It’s a fallacy if opinion among other, equally qualified experts, is mixed. Anyone can cherry-pick an expert to take the place of reasonable debate. Paul Krugman is an excellent economist, but a terrible polemicist. When he sticks to academic economics, such as the work on comparative advantage that got him the Nobel Prize, he’s excellent. But he’s a very partisan left-wing political polemicist, and has a history of writing editorials which contradict not just other economists, but his own published work.
This is true, and that’s the least objectionable part of his plan. The scarier parts are the various plans to borrow lots of money to spend on various industrial projects, bailouts, and infrastructure building.
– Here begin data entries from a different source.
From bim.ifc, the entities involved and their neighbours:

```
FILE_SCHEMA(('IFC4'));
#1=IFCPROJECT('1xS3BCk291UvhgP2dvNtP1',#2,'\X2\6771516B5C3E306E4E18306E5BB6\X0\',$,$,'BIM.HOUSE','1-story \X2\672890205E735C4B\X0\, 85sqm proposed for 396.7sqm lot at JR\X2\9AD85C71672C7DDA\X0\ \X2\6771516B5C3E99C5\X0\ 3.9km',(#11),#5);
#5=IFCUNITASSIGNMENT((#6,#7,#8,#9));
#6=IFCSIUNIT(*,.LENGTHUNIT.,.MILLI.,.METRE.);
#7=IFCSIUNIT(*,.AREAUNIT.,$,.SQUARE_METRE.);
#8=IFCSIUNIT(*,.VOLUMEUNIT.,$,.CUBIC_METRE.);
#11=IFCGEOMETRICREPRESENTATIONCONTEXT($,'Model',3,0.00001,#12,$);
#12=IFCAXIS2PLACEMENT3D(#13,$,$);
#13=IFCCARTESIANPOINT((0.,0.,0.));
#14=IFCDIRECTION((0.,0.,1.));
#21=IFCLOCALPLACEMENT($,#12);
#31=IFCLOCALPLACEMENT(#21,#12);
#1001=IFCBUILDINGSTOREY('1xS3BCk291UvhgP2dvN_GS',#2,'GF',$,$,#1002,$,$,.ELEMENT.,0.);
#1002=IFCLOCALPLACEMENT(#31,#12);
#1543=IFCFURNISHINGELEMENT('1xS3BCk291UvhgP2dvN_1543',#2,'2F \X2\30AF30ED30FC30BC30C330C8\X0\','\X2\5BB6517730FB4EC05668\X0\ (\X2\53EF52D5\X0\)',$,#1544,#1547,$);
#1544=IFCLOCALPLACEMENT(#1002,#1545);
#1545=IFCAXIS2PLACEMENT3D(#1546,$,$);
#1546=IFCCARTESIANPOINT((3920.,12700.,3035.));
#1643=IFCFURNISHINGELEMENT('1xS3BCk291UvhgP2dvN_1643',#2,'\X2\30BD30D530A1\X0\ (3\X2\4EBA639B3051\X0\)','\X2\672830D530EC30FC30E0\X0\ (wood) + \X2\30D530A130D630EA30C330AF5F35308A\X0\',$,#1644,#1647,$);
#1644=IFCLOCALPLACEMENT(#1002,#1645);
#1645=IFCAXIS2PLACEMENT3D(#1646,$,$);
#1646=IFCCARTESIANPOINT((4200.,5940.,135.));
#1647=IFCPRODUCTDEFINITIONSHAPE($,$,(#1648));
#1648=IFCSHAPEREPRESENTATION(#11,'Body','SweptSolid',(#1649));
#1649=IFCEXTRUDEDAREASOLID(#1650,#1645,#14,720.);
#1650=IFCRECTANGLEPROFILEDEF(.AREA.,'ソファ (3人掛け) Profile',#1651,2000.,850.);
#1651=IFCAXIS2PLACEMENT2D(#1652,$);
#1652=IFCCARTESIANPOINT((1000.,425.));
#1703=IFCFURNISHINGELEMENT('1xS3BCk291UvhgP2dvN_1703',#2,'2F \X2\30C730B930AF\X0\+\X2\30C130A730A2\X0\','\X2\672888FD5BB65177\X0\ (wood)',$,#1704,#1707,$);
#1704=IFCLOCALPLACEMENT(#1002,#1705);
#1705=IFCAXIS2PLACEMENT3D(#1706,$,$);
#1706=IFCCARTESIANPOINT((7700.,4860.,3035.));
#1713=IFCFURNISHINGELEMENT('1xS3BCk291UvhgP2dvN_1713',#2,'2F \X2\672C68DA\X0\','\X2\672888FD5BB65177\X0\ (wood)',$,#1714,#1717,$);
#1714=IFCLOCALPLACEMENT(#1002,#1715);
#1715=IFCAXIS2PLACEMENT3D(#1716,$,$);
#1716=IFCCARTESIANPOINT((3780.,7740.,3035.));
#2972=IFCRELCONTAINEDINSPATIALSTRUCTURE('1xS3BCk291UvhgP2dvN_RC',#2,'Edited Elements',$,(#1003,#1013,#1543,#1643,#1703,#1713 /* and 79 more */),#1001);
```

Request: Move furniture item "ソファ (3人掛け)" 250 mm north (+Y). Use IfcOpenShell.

```python
import ifcopenshell
import ifcopenshell.api.geometry
import ifcopenshell.util.placement

model = ifcopenshell.open("bim.ifc")

item = model.by_guid("1xS3BCk291UvhgP2dvN_1643")
matrix = ifcopenshell.util.placement.get_local_placement(item.ObjectPlacement)
matrix[1, 3] += 250.0
ifcopenshell.api.geometry.edit_object_placement(model, product=item, matrix=matrix, is_si=False)

print(ifcopenshell.util.placement.get_local_placement(item.ObjectPlacement).round(3) + 0.0)

model.write("bim-out.ifc")
```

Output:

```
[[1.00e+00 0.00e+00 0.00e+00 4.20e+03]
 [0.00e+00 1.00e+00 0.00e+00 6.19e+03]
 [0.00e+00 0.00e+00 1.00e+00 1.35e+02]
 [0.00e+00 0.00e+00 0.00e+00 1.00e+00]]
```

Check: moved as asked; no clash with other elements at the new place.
The problem with infrastructure spending is that the people you’d be ‘putting to work’ are the ones who are already employed. Long gone are the days where you can take men off the bread lines and give them a pickaxe to swing.
Another problem is that infrastructure takes a hell of a long time to ramp up. The initial work would go to engineering and consulting firms, surveyors, lawyers, environmental consultants, and the like. That process would probably take so long that the recession will be over before you even break ground. Then you’ll be trying to hire workers in an economy that is recovering and needs those workers for other things.
There are a few infrastructure projects that are on the books already, have all the necessary prep work done, and could actually start hiring people in a timeframe measured in months instead of years. But there aren’t nearly enough of them to absorb the kind of infrastructure spending Obama is talking about.
But the biggest problem with this plan is that the money won’t go to necessary infrastructure - it will become a huge political slush fund that will be divvied up in Congress in a huge fire sale. When the government coffers are opened that wide, oversight dies. Corruption will increase. Every little piggie in the country will be pushing his way into the trough.
Would you say Congress has a history of allocating infrastructure funds efficiently? Before you answer, you might consider the fact that the levees in New Orleans were in substandard condition for years, through multiple congresses of both parties, while money was being spent on bridges to nowhere and other dubious projects.
Now that’s just stupid. Confiscate the money given to Haliburton? You mean the money paid for contracts they actually carried out? Did it occur to you that if a trillion dollars is spent on ‘infrastructure’, one of the chief recipients will no doubt be Haliburton and other large consulting/engineering firms?
Just about everyone. What do you think a business cycle recession is? It’s a correction. Inventory grows, productivity gains slow, people get laid off. That’s a correction to a supply imbalance. The inventories eventually drop, production increases, and people are re-hired.
Look, it’s no secret that much of the economic growth over the past two decades has been unsustainable. People were injecting money into the economy on the demand side by leveraging increasing home values in a real estate boom. The fed kept interests rates too low, for too long, causing holders of capital to find increasingly speculative and risky places to put their money. The left has been saying this for eight years - saying that the good Bush economy was smoke and mirrors because people were just spending their real-estate capital and keeping the economy afloat.
Well, that’s largely true. Now the real estate bubble has collapsed, exposing the incredibly high debt positions of everyone. There’s no more money to borrow to keep the economy expanding. In fact, people have to take the money they earn and start paying down the debt, so we have to contract the economy to restore some balance. That’s the correction, and it needs to happen.
What happened to the deficit hawks on the left? The ones who claimed that it was Republicans who were the fiscal liberals who ran big deficits? The ones who claimed that Bush’s deficits would eventually bankrupt the country? Now Obama’s talking about running a trillion dollar deficit and engaging in an orgy of spending, and suddenly all those fiscally conservative liberals are completely silent.